The complicated thing is when all of your insurance is from work and bundled together. I can see a scenario where a family ends up with nothing. For us, we have work insurance through my husband, and both of us have life policies as well as term policies.
 
We have lost our sense of community and individual responsibility to protect everyone for the common good.

We have indeed. Though I cannot help wonder if as a community we truly ever owned this responsibility to help and protect others.
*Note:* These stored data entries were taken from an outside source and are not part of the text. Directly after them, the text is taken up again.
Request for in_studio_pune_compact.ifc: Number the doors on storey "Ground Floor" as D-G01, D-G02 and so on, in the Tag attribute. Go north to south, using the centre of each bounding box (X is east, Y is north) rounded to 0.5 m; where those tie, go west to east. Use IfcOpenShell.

First a look at what the model holds.

```python
import ifcopenshell
import ifcopenshell.util.element
import ifcopenshell.util.placement

model = ifcopenshell.open("in_studio_pune_compact.ifc")
print(model.schema)
storey = next(s for s in model.by_type("IfcBuildingStorey") if s.Name == "Ground Floor")
doors = [e for e in ifcopenshell.util.element.get_decomposition(storey) if e.is_a("IfcDoor")]
for e in sorted(doors, key=lambda e: e.id()):
    origin = ifcopenshell.util.placement.get_local_placement(e.ObjectPlacement)[:3, 3]
    print(e.id(), e.Tag, e.Name, origin.round(2) + 0.0, sep=" | ")
```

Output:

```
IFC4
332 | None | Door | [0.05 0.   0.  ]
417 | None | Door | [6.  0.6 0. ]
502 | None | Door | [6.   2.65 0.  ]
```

```python
import ifcopenshell
import ifcopenshell.geom
import ifcopenshell.util.element
import ifcopenshell.util.shape

model = ifcopenshell.open("in_studio_pune_compact.ifc")
settings = ifcopenshell.geom.settings()
settings.set("use-world-coords", True)


def centre(element):
    shape = ifcopenshell.geom.create_shape(settings, element)
    return ifcopenshell.util.shape.get_bbox_centroid(shape.geometry)


storey = next(s for s in model.by_type("IfcBuildingStorey") if s.Name == "Ground Floor")
doors = [e for e in ifcopenshell.util.element.get_decomposition(storey) if e.is_a("IfcDoor")]

# Insertion points can sit at a corner or the storey origin, so sort by the geometry (in metres).
centres = {e: centre(e) for e in doors}
doors.sort(key=lambda e: (-round(centres[e][1] / 0.5), centres[e][0]))

for i, e in enumerate(doors, start=1):
    number = f"D-G{i:02d}"
    e.Tag = number
    print(e.id(), number)

model.write("in_studio_pune_compact-out.ifc")
```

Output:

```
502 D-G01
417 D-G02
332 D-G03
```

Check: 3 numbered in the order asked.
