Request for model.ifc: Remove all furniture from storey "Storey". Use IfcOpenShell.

First a look at what the model holds.

```python
import ifcopenshell
import ifcopenshell.util.element

model = ifcopenshell.open("model.ifc")
print(model.schema)
storey = next(s for s in model.by_type("IfcBuildingStorey") if s.Name == "Storey")
furniture = [e for e in ifcopenshell.util.element.get_decomposition(storey) if e.is_a("IfcFurnishingElement")]
seen = {}
for e in furniture:
    element_type = ifcopenshell.util.element.get_type(e)
    name = element_type.Name if element_type not in (None, e) else None
    seen[name] = seen.get(name, 0) + 1
for name, count in sorted(seen.items(), key=str):
    print(count, "x", name)
```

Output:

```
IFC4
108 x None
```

```python
import ifcopenshell
import ifcopenshell.api.root
import ifcopenshell.util.element

model = ifcopenshell.open("model.ifc")

storey = next(s for s in model.by_type("IfcBuildingStorey") if s.Name == "Storey")
furniture = [e for e in ifcopenshell.util.element.get_decomposition(storey) if e.is_a("IfcFurnishingElement")]

for e in furniture:
    ifcopenshell.api.root.remove_product(model, product=e)
print(len(furniture), "removed")

model.write("model_updated.ifc")
```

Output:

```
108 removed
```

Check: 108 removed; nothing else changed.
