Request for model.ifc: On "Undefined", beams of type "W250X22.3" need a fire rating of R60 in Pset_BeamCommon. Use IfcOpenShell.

First a look at what the model holds.

```python
import ifcopenshell
import ifcopenshell.util.element

model = ifcopenshell.open("model.ifc")
print(model.schema)
storey = next(s for s in model.by_type("IfcBuildingStorey") if s.Name == "Undefined")
beams = [e for e in ifcopenshell.util.element.get_decomposition(storey) if e.is_a("IfcBeam")]
seen = {}
for e in beams:
    element_type = ifcopenshell.util.element.get_type(e)
    key = (element_type.Name if element_type != e and element_type else None, ifcopenshell.util.element.get_pset(e, "Pset_BeamCommon", "FireRating"))
    seen[key] = seen.get(key, 0) + 1
for (name, value), count in sorted(seen.items(), key=str):
    print(count, "x", name, "|", value)
```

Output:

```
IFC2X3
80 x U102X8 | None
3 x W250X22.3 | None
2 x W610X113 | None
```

```python
import ifcopenshell
import ifcopenshell.api.pset
import ifcopenshell.util.element

model = ifcopenshell.open("model.ifc")

storey = next(s for s in model.by_type("IfcBuildingStorey") if s.Name == "Undefined")
beams = [e for e in ifcopenshell.util.element.get_decomposition(storey) if e.is_a("IfcBeam")]

count = 0
for e in beams:
    element_type = ifcopenshell.util.element.get_type(e)
    if element_type in (None, e) or element_type.Name != "W250X22.3":
        continue
    found = ifcopenshell.util.element.get_pset(e, "Pset_BeamCommon", should_inherit=False)
    if found:
        pset = model.by_id(found["id"])
        if len(ifcopenshell.util.element.get_elements_by_pset(pset)) > 1:
            pset = ifcopenshell.api.pset.unshare_pset(model, products=[e], pset=pset)[0]
    else:
        pset = ifcopenshell.api.pset.add_pset(model, product=e, name="Pset_BeamCommon")
    ifcopenshell.api.pset.edit_pset(model, pset=pset, properties={"FireRating": "R60"})
    count += 1

print(count, "beams updated")

model.write("model_edited.ifc")
```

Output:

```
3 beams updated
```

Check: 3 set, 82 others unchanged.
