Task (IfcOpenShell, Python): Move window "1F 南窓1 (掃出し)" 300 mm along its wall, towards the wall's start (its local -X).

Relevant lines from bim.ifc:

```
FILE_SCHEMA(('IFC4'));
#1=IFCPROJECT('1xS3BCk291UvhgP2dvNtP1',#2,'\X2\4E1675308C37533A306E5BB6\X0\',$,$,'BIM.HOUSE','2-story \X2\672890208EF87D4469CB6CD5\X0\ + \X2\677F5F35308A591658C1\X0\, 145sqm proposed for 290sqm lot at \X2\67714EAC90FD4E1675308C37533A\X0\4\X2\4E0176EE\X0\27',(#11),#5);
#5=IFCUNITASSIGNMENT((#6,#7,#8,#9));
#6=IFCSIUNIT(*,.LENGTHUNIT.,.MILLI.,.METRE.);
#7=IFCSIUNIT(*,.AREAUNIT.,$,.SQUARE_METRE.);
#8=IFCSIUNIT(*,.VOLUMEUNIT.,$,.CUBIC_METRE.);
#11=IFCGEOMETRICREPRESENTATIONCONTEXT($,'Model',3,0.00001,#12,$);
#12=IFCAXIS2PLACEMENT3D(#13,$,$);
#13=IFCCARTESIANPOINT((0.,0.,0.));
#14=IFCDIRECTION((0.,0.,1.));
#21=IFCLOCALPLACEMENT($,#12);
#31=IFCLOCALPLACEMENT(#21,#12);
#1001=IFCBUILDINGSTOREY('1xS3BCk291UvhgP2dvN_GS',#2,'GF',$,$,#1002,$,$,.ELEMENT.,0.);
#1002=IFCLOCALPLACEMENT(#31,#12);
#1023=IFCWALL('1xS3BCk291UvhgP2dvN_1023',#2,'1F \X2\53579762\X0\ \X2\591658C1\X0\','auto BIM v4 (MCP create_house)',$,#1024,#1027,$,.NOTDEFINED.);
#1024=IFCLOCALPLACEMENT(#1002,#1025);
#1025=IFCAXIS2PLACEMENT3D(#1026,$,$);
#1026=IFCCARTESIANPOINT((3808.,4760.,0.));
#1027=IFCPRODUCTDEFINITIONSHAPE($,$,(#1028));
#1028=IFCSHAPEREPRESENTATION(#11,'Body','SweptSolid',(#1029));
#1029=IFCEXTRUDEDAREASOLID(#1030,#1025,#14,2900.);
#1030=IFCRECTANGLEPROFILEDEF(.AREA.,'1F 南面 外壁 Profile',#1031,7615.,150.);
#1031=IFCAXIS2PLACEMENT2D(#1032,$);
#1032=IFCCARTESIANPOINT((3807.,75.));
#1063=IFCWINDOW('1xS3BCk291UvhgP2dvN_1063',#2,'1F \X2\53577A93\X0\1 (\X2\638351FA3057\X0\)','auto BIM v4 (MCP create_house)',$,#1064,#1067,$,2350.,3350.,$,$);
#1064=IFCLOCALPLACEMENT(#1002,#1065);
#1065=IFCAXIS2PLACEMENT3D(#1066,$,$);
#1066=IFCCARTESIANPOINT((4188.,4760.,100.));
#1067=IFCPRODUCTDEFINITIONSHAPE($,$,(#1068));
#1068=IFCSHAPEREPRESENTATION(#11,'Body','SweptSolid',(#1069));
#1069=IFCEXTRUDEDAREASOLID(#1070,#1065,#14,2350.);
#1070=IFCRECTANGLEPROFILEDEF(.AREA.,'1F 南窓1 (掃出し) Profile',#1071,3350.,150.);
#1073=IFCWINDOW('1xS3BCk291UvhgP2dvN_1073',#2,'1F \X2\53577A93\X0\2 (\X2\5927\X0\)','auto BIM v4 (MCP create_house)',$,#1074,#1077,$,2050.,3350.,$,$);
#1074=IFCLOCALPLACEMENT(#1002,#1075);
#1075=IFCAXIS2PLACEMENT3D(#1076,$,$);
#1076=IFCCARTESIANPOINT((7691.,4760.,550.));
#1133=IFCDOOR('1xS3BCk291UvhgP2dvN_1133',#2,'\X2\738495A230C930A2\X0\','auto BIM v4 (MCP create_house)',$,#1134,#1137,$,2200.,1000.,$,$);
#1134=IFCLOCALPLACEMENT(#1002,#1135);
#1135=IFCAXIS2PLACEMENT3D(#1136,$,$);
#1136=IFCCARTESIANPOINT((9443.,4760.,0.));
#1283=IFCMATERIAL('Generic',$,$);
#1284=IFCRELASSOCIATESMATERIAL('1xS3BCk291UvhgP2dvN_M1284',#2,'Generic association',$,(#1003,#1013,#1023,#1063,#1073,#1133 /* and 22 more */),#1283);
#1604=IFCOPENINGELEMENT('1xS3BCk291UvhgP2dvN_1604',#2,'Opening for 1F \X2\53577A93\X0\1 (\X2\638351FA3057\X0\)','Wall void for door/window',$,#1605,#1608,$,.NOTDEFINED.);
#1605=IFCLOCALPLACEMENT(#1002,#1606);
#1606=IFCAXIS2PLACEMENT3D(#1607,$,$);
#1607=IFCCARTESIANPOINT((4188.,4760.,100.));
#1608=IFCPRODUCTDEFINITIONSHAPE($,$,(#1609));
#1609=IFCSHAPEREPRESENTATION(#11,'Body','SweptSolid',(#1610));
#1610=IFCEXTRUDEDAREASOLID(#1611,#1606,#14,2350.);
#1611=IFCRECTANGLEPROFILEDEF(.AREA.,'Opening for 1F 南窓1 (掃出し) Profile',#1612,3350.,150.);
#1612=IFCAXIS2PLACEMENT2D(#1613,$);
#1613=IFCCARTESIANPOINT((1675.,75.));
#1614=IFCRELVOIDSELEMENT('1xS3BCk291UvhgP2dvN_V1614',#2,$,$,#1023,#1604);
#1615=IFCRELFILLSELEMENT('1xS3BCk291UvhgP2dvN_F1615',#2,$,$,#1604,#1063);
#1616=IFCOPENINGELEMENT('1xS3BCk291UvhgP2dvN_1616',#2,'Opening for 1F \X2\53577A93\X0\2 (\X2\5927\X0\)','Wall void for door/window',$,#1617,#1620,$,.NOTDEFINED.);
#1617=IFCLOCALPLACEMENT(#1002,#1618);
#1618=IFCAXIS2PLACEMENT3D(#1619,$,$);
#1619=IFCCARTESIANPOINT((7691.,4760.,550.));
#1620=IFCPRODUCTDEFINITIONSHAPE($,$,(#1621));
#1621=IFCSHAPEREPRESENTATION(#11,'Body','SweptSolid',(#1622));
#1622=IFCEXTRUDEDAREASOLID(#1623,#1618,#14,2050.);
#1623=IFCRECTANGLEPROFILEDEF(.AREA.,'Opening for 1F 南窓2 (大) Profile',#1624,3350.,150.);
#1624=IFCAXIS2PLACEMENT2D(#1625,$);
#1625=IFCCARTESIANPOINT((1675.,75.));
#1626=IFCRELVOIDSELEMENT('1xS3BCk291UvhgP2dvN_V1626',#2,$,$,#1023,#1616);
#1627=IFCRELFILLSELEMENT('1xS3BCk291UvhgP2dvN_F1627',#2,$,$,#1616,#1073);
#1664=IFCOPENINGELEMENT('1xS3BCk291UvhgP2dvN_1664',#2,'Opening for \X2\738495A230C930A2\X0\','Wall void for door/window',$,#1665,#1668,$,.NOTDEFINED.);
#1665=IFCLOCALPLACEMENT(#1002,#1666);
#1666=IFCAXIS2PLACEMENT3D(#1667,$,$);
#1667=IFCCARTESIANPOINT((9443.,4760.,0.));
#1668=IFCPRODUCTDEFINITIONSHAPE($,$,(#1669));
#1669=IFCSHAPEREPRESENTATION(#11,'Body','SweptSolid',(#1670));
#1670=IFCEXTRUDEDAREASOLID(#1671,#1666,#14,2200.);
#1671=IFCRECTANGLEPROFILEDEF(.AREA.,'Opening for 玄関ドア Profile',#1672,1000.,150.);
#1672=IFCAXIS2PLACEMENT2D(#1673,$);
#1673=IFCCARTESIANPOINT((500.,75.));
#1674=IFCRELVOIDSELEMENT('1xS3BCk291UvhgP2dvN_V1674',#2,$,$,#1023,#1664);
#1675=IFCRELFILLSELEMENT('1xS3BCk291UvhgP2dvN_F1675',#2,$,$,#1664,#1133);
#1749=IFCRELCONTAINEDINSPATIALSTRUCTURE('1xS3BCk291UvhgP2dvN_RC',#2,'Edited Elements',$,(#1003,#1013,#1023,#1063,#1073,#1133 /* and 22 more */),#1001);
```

```python
import ifcopenshell
import ifcopenshell.api.geometry
import ifcopenshell.util.placement

model = ifcopenshell.open("bim.ifc")

window = model.by_id(1063)
opening = window.FillsVoids[0].RelatingOpeningElement
wall = opening.VoidsElements[0].RelatingBuildingElement

wall_matrix = ifcopenshell.util.placement.get_local_placement(wall.ObjectPlacement)
shift = wall_matrix[:3, 0] * -300.0
before = ifcopenshell.util.placement.get_local_placement(window.ObjectPlacement)[:3, 3].copy()

# The window is not placed relative to its opening, so move both.
for product in (opening, window):
    matrix = ifcopenshell.util.placement.get_local_placement(product.ObjectPlacement)
    matrix[:3, 3] += shift
    ifcopenshell.api.geometry.edit_object_placement(model, product=product, matrix=matrix, is_si=False)

after = ifcopenshell.util.placement.get_local_placement(window.ObjectPlacement)[:3, 3]
print("window moved by", (after - before).round(3) + 0.0)

model.write("bim_v2.ifc")
```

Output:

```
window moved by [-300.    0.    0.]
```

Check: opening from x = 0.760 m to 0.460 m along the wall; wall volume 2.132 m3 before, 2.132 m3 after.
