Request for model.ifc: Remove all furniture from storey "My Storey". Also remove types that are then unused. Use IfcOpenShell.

First a look at what the model holds.

```python
import ifcopenshell
import ifcopenshell.util.element

model = ifcopenshell.open("model.ifc")
print(model.schema)
storey = next(s for s in model.by_type("IfcBuildingStorey") if s.Name == "My Storey")
furniture = [e for e in ifcopenshell.util.element.get_decomposition(storey) if e.is_a("IfcFurnishingElement")]
seen = {}
for e in furniture:
    element_type = ifcopenshell.util.element.get_type(e)
    name = element_type.Name if element_type not in (None, e) else None
    seen[name] = seen.get(name, 0) + 1
for name, count in sorted(seen.items(), key=str):
    print(count, "x", name)
```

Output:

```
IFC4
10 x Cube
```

```python
import ifcopenshell
import ifcopenshell.api.root
import ifcopenshell.util.element

model = ifcopenshell.open("model.ifc")

storey = next(s for s in model.by_type("IfcBuildingStorey") if s.Name == "My Storey")
furniture = [e for e in ifcopenshell.util.element.get_decomposition(storey) if e.is_a("IfcFurnishingElement")]
types = {ifcopenshell.util.element.get_type(e) for e in furniture} - {None, *furniture}

for e in furniture:
    ifcopenshell.api.root.remove_product(model, product=e)
print(len(furniture), "removed")

unused = [t for t in types if not ifcopenshell.util.element.get_types(t)]
for t in unused:
    ifcopenshell.api.root.remove_product(model, product=t)
print(len(unused), "unused types removed")

model.write("model_edited.ifc")
```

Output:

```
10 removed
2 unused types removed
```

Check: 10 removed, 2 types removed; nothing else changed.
This pandemic has demonstrated, IMO, how many do not care about the well being of others. In a way it seems that there are more than a small amount of people who feel it is every man, woman and child for themselves. Very disappointing and in fact, tragic on many levels. :(

It is up to each individual to make an educated decision. Once we are adults that responsibility is ours. No one else's. I am so tired of hearing the excuses time after time. No, take responsibility. Take ownership for your actions. For better or worse. Stop blaming others for your (in)action. Do the right thing. Do the responsible thing. Accurate info is out there. It is your responsibility to get that info and stop listening to those who try to convince you otherwise. So many ridiculous myths are being spread. You (the general you) are an adult and it is up to you to read the facts and do the right thing. The facts are out there for everyone.

And 100% masks (and vaccines) should be mandated. The general population cannot be trusted to do the right thing. This has been demonstrated over and over and over.